### Exercise description
Search through the entries for the word "asked" and copy every line that has it.

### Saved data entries

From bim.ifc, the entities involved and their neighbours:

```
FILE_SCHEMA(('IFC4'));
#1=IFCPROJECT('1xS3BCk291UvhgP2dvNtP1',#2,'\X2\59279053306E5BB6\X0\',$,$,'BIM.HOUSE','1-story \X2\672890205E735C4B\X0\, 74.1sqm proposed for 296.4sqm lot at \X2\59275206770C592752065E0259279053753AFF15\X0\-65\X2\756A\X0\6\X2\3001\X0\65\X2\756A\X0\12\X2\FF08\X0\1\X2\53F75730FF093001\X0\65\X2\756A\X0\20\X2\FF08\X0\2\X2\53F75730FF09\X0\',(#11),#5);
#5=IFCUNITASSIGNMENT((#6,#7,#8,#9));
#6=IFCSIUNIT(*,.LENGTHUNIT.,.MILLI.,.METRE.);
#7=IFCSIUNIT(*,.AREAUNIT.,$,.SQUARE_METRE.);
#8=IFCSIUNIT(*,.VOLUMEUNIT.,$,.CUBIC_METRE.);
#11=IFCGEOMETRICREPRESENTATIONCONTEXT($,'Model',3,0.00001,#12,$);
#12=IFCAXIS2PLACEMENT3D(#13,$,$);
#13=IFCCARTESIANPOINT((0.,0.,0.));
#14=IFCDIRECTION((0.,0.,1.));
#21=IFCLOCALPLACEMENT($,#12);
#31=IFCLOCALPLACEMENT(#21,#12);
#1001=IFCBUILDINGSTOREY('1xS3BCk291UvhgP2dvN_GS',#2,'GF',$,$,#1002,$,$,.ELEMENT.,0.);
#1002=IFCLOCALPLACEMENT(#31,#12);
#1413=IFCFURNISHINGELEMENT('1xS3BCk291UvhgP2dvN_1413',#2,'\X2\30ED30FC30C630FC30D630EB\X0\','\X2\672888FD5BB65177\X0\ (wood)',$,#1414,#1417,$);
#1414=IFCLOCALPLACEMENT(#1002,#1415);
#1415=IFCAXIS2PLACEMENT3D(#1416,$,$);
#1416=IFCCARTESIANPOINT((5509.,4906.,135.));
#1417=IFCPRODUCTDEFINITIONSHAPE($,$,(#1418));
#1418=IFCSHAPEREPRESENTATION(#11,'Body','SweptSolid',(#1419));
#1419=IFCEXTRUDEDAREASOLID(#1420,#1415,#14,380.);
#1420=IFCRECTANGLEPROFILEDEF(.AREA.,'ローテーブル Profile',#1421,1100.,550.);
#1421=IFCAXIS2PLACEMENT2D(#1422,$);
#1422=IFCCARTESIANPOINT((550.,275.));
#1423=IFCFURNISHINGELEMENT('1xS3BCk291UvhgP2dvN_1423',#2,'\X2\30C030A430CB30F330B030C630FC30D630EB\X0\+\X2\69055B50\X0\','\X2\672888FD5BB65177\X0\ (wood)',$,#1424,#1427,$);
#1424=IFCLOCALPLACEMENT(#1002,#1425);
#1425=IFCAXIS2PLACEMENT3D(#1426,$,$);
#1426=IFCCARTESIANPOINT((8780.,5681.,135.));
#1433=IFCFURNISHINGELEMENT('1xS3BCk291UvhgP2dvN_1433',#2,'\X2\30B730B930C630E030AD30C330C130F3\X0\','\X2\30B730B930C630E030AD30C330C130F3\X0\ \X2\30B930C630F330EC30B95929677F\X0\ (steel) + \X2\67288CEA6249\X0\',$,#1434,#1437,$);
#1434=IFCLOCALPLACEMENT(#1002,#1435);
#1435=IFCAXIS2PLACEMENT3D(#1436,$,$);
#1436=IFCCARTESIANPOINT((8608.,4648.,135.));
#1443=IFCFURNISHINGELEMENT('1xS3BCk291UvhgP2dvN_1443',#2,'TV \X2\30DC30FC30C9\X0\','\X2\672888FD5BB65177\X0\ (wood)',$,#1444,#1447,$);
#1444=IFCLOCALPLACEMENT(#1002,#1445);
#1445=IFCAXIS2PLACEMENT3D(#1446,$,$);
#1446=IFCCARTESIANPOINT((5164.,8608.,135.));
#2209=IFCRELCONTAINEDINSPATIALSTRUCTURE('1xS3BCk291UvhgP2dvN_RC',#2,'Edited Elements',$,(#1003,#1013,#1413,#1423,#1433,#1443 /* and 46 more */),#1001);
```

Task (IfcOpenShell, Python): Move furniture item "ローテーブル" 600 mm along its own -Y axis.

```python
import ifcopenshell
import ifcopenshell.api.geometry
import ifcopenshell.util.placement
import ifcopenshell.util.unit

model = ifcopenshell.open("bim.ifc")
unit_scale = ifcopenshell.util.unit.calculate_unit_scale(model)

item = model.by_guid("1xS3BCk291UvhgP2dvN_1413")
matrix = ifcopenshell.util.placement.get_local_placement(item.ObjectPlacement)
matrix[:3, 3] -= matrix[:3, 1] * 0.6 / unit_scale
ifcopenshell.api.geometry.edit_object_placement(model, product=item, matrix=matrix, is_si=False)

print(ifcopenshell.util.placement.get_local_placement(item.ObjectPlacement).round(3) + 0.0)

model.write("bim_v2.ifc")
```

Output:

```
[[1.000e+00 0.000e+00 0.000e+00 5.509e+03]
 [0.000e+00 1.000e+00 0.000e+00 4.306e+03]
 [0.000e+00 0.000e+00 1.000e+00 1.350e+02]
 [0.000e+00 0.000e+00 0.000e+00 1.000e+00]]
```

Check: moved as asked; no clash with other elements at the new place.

---

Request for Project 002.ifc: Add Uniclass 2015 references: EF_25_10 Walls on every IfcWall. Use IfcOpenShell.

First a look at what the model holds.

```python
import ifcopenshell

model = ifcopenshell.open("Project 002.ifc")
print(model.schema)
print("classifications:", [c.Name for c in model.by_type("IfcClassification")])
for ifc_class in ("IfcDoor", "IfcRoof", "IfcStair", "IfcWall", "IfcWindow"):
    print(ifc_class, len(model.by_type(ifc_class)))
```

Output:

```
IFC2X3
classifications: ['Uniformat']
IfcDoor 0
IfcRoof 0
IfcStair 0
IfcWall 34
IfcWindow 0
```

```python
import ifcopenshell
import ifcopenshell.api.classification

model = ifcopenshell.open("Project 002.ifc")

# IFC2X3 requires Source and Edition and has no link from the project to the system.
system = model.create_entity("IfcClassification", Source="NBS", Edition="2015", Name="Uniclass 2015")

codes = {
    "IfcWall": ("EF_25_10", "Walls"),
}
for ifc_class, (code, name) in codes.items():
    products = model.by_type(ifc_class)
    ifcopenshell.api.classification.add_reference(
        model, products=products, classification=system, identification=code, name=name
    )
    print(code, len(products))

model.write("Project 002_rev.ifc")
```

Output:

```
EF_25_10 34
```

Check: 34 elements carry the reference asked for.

### Written response
Check: moved as asked; no clash with other elements at the new place.
Check: 34 elements carry the reference asked for.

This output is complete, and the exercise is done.